◆ PROVIDED MATERIAL:
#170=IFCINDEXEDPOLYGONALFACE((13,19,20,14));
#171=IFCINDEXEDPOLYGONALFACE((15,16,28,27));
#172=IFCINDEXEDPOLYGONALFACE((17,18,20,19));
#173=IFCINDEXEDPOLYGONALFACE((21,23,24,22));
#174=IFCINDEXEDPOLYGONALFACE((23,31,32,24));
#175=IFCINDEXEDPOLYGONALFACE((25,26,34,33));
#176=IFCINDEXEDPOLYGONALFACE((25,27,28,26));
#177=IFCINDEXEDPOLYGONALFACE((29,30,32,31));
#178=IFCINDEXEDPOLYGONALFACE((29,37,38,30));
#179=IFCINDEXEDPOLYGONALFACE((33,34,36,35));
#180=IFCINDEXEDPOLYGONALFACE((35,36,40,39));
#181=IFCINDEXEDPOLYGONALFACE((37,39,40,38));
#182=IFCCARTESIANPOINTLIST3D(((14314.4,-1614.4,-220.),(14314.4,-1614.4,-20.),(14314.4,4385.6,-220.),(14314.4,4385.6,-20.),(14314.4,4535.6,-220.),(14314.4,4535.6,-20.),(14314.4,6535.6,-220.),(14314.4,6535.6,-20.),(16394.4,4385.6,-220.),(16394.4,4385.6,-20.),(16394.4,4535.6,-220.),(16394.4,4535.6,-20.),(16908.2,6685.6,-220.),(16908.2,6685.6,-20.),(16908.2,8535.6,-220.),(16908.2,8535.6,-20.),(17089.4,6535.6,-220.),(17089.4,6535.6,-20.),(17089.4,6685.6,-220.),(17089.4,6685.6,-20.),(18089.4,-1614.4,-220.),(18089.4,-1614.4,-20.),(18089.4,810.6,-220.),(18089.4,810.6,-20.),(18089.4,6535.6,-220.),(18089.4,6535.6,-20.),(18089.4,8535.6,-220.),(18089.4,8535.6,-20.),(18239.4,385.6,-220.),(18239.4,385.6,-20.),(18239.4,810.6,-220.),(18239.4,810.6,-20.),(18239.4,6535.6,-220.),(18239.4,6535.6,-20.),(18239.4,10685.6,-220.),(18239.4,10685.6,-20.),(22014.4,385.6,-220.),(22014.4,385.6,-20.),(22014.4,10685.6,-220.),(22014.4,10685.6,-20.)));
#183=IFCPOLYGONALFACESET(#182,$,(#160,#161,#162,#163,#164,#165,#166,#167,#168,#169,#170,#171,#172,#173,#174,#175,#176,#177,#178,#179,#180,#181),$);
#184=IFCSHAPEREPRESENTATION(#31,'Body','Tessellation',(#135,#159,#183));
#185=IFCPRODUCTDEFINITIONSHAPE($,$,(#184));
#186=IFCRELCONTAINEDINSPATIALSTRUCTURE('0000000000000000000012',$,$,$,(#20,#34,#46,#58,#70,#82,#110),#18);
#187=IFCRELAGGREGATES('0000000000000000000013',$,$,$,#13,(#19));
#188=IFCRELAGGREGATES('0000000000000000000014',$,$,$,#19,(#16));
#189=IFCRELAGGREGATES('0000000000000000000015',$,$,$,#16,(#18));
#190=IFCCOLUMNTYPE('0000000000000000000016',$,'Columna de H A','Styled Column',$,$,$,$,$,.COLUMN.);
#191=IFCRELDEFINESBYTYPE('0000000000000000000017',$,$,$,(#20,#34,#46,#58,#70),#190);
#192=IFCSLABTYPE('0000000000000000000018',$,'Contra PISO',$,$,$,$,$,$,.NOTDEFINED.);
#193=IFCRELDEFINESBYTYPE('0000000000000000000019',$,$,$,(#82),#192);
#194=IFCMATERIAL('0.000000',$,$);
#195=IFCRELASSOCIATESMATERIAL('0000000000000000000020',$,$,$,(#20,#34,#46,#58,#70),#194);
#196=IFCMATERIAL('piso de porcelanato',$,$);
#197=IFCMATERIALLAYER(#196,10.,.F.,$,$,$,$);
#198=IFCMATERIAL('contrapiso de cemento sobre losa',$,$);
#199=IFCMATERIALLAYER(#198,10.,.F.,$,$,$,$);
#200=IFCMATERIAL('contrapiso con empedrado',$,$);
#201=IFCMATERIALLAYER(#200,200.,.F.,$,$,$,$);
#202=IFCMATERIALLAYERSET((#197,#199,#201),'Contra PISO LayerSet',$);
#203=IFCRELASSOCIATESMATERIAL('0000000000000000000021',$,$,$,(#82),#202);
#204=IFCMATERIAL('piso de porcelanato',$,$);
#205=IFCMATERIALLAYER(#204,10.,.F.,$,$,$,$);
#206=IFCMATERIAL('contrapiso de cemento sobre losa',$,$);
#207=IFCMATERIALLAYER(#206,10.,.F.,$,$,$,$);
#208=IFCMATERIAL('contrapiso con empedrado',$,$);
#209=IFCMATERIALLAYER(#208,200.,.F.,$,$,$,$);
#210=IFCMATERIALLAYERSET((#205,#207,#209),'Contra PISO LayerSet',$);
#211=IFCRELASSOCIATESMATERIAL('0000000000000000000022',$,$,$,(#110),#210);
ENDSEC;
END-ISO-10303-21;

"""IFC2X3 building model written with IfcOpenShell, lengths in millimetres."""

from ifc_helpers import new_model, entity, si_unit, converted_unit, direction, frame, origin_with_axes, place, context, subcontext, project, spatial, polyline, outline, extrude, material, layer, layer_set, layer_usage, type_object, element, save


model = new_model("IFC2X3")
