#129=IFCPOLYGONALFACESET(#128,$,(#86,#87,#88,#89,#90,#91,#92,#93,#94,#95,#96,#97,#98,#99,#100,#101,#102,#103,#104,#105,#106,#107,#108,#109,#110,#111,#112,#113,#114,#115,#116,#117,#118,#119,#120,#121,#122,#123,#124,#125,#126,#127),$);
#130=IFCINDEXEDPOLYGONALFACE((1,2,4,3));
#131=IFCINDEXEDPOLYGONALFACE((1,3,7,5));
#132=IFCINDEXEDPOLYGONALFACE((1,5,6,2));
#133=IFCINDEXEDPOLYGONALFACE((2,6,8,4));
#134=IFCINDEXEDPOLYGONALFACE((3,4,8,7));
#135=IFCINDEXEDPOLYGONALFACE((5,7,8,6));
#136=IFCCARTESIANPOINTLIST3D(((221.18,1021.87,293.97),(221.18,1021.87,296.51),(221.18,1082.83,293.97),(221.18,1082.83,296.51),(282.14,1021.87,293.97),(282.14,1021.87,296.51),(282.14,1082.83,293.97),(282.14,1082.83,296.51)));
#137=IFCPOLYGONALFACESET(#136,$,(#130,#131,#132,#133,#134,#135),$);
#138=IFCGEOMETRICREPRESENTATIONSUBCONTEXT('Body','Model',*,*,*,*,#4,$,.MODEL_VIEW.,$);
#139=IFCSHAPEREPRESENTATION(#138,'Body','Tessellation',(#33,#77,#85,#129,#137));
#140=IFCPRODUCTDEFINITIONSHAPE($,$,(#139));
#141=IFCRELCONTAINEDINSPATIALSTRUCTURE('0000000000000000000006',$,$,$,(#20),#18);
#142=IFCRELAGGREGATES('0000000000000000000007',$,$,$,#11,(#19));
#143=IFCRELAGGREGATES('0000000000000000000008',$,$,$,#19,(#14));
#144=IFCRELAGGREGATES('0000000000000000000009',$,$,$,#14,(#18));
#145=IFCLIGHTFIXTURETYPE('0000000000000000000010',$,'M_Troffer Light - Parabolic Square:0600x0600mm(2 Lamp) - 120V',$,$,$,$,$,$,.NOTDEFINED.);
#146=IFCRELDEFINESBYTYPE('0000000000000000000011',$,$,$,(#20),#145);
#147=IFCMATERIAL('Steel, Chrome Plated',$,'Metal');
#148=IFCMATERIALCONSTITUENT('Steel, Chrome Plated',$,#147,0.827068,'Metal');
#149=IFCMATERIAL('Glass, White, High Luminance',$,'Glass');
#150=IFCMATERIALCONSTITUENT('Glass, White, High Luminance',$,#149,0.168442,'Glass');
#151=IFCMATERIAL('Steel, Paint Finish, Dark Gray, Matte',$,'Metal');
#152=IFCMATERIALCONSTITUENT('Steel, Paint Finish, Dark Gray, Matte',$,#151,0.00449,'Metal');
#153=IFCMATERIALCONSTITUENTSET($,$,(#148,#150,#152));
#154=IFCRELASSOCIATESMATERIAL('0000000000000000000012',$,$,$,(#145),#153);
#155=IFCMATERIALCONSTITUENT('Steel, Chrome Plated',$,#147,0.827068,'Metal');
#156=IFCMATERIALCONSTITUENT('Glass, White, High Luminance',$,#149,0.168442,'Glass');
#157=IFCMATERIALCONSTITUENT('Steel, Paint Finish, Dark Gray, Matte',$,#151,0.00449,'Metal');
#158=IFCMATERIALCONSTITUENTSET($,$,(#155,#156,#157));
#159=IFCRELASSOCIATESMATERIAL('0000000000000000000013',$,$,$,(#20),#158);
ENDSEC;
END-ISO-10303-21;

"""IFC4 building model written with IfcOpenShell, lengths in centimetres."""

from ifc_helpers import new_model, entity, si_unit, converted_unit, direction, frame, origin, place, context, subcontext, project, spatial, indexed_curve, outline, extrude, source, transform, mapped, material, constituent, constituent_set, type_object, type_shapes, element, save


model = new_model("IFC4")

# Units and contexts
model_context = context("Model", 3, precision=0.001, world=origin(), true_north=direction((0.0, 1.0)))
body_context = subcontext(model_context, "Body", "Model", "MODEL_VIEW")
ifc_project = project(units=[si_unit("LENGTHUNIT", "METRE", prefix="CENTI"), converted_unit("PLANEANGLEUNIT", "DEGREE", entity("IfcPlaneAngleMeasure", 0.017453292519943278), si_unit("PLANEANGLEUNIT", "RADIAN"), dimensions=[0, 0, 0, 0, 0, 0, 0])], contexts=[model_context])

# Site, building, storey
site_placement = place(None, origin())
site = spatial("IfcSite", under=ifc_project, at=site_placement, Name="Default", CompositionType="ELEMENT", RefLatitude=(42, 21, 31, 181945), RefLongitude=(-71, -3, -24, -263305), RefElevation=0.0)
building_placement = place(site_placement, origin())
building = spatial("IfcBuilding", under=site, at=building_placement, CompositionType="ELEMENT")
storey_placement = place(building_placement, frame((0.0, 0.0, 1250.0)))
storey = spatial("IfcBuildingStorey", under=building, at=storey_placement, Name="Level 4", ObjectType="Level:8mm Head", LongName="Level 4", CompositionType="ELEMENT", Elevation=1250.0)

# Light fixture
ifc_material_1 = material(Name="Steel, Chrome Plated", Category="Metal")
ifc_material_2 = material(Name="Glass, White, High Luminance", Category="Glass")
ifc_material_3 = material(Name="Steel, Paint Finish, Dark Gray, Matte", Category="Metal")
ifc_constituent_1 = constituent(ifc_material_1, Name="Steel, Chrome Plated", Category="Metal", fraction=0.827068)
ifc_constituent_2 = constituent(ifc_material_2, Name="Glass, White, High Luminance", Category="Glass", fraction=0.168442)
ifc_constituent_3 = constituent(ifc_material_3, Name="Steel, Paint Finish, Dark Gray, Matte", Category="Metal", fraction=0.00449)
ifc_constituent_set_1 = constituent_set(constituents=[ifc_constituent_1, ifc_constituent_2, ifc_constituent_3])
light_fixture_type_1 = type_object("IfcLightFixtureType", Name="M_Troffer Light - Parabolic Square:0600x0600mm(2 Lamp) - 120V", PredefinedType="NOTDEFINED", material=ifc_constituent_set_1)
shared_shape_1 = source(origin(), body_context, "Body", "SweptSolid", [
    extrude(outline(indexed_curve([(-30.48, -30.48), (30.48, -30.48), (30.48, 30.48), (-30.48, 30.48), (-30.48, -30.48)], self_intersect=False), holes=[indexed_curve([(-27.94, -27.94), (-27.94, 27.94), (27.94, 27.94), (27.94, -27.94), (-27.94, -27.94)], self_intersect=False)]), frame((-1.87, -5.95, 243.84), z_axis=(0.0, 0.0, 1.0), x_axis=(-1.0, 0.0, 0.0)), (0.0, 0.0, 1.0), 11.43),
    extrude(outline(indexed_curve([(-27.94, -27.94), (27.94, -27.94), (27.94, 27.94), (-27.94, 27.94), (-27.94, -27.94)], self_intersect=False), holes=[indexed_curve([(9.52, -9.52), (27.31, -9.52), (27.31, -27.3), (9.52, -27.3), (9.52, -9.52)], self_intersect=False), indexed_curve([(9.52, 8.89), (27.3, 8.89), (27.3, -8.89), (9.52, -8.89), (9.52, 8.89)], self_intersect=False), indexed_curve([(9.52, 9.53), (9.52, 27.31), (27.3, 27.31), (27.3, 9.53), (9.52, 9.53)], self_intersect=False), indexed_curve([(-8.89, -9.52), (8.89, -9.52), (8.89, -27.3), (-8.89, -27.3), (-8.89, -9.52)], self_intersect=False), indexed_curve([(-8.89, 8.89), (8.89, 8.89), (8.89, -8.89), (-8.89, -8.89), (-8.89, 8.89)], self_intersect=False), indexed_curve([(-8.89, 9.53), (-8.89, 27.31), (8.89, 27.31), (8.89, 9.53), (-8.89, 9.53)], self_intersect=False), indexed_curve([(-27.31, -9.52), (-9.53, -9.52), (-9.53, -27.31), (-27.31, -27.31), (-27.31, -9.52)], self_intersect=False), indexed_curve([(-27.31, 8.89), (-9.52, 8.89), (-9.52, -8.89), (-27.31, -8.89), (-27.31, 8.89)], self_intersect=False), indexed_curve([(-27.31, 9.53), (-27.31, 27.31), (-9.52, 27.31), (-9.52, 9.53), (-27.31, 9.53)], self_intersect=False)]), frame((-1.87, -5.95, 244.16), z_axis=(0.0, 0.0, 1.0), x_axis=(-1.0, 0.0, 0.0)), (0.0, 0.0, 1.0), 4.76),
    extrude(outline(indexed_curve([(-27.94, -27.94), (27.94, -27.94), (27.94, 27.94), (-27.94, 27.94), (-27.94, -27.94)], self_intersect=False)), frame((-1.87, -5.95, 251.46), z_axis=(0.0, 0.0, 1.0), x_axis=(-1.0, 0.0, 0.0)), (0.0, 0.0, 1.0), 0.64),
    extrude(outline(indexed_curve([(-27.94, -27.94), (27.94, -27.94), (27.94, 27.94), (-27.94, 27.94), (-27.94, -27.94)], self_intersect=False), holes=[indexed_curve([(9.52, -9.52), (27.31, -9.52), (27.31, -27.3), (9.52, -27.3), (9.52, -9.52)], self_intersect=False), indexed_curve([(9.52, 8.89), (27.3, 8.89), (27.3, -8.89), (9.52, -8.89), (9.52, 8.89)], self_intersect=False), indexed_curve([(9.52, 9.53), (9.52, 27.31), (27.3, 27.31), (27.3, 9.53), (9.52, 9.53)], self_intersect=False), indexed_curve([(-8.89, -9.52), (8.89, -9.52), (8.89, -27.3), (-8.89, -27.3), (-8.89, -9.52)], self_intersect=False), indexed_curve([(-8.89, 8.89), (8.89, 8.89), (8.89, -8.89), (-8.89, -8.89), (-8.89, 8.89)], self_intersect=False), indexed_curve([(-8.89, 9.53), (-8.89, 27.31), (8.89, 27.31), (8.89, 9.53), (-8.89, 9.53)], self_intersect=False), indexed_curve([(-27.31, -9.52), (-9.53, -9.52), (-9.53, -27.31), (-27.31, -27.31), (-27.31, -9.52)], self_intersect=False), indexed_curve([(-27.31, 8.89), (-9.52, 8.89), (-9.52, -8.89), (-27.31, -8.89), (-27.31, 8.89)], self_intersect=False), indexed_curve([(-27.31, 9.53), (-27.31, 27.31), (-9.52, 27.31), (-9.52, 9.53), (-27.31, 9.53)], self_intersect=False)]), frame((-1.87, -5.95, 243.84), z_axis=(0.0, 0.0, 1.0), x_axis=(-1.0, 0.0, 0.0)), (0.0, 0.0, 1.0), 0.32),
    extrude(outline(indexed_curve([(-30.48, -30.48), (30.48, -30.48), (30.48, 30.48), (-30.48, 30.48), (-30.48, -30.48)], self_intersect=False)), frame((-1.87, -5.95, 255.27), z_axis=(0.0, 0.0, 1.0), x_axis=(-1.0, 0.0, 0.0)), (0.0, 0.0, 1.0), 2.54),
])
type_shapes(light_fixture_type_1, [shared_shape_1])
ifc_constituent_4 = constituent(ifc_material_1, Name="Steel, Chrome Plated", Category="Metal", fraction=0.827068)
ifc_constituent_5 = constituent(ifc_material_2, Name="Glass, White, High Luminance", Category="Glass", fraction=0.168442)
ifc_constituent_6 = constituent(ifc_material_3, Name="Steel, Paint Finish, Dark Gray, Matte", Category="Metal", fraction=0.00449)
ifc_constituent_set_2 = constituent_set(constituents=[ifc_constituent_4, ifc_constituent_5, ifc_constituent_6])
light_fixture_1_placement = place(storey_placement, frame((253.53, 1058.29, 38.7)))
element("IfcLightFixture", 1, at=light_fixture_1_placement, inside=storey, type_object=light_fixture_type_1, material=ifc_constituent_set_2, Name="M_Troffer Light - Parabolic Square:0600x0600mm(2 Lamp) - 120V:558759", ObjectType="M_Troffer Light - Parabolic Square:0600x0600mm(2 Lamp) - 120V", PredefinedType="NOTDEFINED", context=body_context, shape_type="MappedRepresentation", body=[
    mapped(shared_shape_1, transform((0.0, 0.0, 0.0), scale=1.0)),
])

◆ EXERCISE OBJECTIVE: Transcribe, please, every line from the first line of the listing above through the line with "#177=IFCINDEXEDPOLYGONALFACE((29,30,32,31));". Keep both ends and nothing else.

◆ REPLY:
#170=IFCINDEXEDPOLYGONALFACE((13,19,20,14));
#171=IFCINDEXEDPOLYGONALFACE((15,16,28,27));
#172=IFCINDEXEDPOLYGONALFACE((17,18,20,19));
#173=IFCINDEXEDPOLYGONALFACE((21,23,24,22));
#174=IFCINDEXEDPOLYGONALFACE((23,31,32,24));
#175=IFCINDEXEDPOLYGONALFACE((25,26,34,33));
#176=IFCINDEXEDPOLYGONALFACE((25,27,28,26));
#177=IFCINDEXEDPOLYGONALFACE((29,30,32,31));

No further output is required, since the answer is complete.